- Born: May 27, 1904 Golden, Colorado
- Died: October 17, 1991 (aged 87) Urbana, Illinois
- Education: University of Michigan
- Children: John C. Bailar III
- Awards: Priestley Medal (1964)
- Scientific career
- Fields: Inorganic chemistry
- Doctoral students: Fred Basolo;
- Other notable students: Basudeb DasSarma;

= John C. Bailar Jr. =

American chemist

John Christian Bailar Jr. (May 27, 1904 – October 17, 1991) was a professor of inorganic chemistry at the University of Illinois at Urbana-Champaign. He received his B.A. at the University of Colorado and his Ph.D. at the University of Michigan. His father was a member of the chemistry staff of the Colorado School of Mines.

At the University of Illinois, he developed an active research program on coordination chemistry. He is referred to as the “Father of Coordination Chemistry in the United States,” as prior to his time, this area of chemistry received little attention in the U.S. The Bailar twist in coordination compounds is named after him.

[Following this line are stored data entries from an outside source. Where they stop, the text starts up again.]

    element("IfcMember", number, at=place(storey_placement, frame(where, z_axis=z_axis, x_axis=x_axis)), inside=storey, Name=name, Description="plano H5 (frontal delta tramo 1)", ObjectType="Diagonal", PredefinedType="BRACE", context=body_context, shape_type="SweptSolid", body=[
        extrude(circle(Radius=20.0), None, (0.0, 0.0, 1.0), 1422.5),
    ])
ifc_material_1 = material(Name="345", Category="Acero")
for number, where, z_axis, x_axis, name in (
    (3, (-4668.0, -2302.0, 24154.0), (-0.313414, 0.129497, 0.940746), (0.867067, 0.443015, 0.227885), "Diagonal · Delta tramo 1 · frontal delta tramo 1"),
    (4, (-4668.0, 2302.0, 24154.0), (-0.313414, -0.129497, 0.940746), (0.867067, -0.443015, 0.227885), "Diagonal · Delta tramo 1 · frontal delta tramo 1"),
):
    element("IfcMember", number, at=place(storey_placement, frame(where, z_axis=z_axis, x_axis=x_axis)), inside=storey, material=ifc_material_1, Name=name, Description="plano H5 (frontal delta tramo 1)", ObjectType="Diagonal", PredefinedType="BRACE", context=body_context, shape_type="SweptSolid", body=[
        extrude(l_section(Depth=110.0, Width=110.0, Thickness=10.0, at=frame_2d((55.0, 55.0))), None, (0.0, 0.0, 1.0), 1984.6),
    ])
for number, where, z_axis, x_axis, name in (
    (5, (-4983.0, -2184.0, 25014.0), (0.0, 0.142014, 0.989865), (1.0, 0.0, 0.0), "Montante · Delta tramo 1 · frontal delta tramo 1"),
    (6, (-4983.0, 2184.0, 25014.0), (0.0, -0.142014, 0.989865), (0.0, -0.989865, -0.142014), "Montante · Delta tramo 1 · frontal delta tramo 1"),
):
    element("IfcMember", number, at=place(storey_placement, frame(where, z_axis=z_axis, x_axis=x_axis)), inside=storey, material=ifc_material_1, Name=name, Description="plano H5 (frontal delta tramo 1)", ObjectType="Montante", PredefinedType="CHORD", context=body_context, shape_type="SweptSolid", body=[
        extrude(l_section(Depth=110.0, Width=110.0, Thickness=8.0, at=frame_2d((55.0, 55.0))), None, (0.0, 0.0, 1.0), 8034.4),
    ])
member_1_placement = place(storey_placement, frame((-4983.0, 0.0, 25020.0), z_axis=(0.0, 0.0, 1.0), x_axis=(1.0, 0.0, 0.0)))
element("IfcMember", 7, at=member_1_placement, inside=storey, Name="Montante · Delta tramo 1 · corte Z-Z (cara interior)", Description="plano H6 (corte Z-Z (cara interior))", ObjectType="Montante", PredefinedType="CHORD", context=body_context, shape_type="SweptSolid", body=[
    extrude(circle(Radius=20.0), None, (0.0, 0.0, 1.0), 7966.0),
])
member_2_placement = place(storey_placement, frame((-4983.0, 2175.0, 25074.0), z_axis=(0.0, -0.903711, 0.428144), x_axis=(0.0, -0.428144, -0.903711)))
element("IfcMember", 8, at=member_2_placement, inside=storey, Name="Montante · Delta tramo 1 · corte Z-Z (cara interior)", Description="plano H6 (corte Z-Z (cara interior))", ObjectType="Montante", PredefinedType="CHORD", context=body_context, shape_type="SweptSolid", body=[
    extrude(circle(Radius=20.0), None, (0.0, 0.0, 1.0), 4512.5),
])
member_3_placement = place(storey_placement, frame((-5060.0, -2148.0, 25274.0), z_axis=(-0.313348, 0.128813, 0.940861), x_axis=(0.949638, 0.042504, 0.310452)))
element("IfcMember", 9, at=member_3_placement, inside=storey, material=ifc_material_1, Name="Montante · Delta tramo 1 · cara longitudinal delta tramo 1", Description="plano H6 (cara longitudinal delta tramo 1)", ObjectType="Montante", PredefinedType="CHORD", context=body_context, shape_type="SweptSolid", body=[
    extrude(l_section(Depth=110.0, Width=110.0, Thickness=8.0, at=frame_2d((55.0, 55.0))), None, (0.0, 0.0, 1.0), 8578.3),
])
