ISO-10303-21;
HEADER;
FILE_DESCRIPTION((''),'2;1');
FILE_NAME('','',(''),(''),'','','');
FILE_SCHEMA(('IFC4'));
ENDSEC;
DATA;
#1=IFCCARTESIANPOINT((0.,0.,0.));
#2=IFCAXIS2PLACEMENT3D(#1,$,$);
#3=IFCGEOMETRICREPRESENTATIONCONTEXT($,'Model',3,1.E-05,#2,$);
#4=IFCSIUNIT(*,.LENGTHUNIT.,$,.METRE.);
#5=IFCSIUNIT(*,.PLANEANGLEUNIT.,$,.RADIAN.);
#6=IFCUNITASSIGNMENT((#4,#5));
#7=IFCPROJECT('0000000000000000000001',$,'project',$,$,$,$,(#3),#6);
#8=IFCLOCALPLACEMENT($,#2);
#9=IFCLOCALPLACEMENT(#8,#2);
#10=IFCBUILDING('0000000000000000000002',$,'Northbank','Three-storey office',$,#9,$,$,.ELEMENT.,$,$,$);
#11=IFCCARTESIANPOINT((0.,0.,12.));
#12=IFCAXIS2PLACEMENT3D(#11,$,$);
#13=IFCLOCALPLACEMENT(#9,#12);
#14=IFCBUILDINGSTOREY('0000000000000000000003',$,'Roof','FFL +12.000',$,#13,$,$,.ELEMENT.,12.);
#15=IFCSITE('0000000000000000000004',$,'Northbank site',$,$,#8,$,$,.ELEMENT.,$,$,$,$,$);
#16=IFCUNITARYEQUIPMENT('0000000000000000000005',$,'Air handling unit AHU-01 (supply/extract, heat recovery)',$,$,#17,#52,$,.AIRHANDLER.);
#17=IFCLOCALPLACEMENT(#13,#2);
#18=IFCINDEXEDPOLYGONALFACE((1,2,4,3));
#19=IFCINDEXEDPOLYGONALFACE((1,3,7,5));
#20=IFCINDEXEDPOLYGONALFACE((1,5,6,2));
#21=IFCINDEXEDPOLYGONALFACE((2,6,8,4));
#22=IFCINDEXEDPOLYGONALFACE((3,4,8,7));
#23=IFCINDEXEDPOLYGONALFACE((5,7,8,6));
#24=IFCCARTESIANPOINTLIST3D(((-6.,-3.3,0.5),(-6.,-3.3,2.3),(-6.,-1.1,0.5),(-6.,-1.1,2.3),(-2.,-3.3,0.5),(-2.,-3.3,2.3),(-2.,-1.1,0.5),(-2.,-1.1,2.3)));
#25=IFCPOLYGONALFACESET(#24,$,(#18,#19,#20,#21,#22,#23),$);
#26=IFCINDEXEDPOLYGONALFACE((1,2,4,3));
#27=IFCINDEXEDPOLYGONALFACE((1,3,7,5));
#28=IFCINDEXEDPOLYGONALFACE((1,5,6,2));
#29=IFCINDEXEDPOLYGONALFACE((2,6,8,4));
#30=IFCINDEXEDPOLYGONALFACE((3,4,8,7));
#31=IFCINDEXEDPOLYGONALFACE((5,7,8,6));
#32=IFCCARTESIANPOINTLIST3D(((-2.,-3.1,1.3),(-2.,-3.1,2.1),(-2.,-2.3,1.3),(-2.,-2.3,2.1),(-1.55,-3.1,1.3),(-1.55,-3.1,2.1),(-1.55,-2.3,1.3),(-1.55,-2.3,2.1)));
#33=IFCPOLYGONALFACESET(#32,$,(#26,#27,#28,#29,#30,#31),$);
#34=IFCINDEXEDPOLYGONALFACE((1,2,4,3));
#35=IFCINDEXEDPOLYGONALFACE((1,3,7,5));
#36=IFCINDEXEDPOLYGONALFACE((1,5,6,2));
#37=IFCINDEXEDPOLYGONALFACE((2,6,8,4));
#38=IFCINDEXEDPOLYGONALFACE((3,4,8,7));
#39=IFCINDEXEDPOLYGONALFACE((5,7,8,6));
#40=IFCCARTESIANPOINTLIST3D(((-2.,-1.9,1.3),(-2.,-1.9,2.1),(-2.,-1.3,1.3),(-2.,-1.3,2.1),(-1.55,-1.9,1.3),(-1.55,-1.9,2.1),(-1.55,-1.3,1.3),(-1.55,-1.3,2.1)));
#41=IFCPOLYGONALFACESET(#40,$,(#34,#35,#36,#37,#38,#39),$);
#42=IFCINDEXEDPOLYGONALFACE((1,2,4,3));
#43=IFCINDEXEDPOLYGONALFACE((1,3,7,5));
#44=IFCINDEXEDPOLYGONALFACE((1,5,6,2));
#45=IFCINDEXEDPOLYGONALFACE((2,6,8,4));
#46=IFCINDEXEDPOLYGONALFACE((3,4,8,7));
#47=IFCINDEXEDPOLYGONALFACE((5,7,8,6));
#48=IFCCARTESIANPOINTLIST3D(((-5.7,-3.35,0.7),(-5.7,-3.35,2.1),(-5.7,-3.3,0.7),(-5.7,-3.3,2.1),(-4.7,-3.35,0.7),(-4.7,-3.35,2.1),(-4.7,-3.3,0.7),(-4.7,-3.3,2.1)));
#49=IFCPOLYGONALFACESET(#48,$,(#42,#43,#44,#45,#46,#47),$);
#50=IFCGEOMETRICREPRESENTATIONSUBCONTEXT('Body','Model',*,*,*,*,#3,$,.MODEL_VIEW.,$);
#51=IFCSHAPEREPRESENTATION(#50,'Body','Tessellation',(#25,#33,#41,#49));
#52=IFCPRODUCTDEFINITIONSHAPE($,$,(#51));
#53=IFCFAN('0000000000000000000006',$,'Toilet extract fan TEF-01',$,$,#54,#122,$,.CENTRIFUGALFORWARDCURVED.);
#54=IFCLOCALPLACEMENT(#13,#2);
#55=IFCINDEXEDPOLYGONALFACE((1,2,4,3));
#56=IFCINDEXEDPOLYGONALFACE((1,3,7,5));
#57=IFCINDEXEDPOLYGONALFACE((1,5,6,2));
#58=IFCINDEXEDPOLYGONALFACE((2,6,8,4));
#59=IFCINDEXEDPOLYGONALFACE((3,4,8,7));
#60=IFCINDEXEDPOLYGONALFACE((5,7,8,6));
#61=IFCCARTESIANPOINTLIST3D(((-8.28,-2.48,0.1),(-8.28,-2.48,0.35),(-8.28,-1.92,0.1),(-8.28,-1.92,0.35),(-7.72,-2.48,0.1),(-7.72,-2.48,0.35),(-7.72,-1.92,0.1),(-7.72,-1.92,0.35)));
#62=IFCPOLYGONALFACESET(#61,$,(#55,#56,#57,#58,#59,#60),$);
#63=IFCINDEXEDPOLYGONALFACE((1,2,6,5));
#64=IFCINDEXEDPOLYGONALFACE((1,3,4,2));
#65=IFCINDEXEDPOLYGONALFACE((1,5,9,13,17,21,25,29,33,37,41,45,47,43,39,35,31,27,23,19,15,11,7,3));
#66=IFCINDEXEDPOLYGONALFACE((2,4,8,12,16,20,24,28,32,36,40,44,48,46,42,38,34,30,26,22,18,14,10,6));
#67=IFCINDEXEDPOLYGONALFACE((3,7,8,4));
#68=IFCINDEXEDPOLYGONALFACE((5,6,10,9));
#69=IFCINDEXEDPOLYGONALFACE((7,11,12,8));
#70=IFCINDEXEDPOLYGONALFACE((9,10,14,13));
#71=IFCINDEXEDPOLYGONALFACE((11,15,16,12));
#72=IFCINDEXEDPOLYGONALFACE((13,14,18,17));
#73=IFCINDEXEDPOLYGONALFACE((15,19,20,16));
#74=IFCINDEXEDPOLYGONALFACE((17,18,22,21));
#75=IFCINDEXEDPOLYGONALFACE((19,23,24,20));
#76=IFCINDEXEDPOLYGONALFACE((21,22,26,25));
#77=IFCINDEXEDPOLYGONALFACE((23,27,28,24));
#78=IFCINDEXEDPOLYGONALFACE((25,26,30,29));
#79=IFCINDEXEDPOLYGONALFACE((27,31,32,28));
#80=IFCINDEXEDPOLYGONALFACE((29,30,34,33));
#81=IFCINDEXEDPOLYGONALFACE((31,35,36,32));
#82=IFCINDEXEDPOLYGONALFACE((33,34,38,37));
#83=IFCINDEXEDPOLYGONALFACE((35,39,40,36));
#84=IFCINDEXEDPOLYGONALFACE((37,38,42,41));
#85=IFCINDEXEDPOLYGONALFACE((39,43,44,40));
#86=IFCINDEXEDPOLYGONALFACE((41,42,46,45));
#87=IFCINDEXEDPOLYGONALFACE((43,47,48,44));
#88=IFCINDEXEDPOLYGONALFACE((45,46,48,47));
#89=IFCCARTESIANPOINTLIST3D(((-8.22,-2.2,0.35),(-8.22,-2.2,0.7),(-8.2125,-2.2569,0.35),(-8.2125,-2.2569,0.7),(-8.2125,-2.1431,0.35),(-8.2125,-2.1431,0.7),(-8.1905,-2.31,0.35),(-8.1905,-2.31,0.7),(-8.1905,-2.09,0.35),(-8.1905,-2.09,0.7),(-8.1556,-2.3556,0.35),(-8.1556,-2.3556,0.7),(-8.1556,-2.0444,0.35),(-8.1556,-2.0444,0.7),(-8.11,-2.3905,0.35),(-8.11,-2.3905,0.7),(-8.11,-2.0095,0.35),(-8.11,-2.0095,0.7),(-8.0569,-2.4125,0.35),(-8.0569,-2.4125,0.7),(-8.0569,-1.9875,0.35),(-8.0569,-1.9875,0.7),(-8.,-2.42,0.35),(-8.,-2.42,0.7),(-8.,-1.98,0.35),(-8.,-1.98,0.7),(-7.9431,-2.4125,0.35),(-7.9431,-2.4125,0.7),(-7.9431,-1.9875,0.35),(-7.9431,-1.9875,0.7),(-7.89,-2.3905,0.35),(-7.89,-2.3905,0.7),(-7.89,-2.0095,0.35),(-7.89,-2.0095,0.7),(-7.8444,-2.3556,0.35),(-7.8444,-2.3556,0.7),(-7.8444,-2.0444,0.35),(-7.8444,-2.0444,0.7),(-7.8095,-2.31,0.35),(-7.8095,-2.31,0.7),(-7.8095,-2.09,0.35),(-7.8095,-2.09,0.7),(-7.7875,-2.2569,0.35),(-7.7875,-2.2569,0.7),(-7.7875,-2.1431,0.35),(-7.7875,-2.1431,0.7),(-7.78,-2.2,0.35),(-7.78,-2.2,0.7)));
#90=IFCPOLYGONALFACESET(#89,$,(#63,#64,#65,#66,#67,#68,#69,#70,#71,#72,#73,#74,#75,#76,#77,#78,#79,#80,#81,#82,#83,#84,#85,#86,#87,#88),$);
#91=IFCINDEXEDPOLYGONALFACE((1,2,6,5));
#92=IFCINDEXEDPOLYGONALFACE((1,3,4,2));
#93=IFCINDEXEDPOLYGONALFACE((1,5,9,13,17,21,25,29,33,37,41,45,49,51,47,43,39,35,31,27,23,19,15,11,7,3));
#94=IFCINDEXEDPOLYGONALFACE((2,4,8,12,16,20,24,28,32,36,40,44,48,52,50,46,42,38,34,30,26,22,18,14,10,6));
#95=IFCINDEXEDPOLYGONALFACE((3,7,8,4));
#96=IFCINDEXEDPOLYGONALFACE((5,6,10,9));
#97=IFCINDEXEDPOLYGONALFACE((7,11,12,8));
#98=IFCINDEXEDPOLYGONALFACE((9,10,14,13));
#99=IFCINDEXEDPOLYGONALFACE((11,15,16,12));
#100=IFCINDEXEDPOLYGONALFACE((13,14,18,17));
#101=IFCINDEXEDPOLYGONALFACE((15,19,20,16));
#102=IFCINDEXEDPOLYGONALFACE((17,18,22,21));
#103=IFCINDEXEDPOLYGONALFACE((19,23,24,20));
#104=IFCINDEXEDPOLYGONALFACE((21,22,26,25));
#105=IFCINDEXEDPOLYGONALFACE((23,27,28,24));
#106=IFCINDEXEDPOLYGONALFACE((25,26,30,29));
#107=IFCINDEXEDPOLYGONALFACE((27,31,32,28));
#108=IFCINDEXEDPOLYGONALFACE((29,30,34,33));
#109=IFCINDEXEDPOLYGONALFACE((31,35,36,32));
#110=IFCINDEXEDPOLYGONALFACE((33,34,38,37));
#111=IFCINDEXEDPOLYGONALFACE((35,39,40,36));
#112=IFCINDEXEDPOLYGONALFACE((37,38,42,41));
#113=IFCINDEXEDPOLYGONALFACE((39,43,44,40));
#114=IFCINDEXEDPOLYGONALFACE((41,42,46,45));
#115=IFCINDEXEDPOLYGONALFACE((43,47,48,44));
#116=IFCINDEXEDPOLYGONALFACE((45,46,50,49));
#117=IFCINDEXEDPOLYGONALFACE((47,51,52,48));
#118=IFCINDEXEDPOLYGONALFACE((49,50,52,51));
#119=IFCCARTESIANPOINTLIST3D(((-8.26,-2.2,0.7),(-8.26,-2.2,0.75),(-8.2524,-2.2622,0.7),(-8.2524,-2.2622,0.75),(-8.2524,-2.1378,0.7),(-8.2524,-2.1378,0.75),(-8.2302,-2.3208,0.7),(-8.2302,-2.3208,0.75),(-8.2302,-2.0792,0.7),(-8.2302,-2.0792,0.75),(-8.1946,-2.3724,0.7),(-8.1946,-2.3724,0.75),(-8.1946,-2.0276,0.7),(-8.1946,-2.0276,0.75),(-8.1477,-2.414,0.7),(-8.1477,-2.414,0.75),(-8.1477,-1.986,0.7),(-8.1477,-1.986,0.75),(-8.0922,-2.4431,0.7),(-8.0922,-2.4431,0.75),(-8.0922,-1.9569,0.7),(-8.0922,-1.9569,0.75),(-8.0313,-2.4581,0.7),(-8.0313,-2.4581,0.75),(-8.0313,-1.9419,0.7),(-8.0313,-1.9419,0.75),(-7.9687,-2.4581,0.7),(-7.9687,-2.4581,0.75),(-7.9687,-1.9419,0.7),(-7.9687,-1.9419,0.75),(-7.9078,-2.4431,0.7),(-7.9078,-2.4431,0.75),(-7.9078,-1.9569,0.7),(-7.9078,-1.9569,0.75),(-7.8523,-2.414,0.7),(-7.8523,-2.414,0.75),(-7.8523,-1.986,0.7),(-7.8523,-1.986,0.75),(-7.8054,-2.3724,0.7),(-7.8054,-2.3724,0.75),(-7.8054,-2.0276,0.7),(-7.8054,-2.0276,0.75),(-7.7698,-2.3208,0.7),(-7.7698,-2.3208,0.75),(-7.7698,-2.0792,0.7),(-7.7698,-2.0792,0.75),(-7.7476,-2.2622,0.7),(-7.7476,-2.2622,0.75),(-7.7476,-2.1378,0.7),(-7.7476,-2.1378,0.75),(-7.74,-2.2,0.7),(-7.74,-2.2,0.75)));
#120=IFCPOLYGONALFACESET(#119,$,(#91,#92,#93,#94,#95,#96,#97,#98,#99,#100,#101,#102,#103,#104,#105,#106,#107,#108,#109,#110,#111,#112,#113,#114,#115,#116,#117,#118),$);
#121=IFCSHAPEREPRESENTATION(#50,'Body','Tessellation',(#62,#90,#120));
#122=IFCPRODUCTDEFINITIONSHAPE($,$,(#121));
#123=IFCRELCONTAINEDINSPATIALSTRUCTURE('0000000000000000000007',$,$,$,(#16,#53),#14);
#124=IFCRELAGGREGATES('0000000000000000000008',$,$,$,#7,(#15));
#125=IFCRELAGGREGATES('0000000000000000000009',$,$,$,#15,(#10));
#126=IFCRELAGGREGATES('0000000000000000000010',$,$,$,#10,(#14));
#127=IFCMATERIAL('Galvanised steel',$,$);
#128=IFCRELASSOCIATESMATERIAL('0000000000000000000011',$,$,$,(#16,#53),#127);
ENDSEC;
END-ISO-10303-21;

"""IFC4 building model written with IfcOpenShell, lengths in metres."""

from ifc_helpers import new_model, si_unit, frame, origin, place, context, subcontext, project, spatial, rectangle, circle, extrude, material, element, save


model = new_model("IFC4")

# Units and contexts
model_context = context("Model", 3, precision=1e-05, world=origin())
body_context = subcontext(model_context, "Body", "Model", "MODEL_VIEW")
ifc_project = project(units=[si_unit("LENGTHUNIT", "METRE"), si_unit("PLANEANGLEUNIT", "RADIAN")], contexts=[model_context])

# Site, building, storey
site_placement = place(None, origin())
site = spatial("IfcSite", under=ifc_project, at=site_placement, Name="Northbank site", CompositionType="ELEMENT")
building_placement = place(site_placement, origin())
building = spatial("IfcBuilding", under=site, at=building_placement, Name="Northbank", Description="Three-storey office", CompositionType="ELEMENT")
storey_placement = place(building_placement, frame((0.0, 0.0, 12.0)))
storey = spatial("IfcBuildingStorey", under=building, at=storey_placement, Name="Roof", Description="FFL +12.000", CompositionType="ELEMENT", Elevation=12.0)

# Unitary equipment
ifc_material_1 = material(Name="Galvanised steel")
unitary_equipment_placement = place(storey_placement, frame((0.0, 0.0, -12.0)))
element("IfcUnitaryEquipment", 1, at=unitary_equipment_placement, inside=storey, material=ifc_material_1, Name="Air handling unit AHU-01 (supply/extract, heat recovery)", PredefinedType="AIRHANDLER", context=body_context, shape_type="SweptSolid", body=[
    extrude(rectangle(XDim=4.0, YDim=2.2), frame((-4.0, -2.2, 12.5)), (0.0, 0.0, 1.0), 1.8),
    extrude(rectangle(XDim=0.45, YDim=0.8), frame((-1.775, -2.7, 13.3)), (0.0, 0.0, 1.0), 0.8),
    extrude(rectangle(XDim=0.45, YDim=0.6), frame((-1.775, -1.6, 13.3)), (0.0, 0.0, 1.0), 0.8),
    extrude(rectangle(XDim=1.0, YDim=0.05), frame((-5.2, -3.325, 12.7)), (0.0, 0.0, 1.0), 1.4),
])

He helped found the book series Inorganic Syntheses and the journal Inorganic Chemistry. His work was widely recognized culminating in the award of the Priestley Medal from the American Chemical Society, an organization of which he was also president.

==Personal life==
He and his wife, Florence (Catherwood) Bailar, had two sons, one of whom was John Christian Bailar III.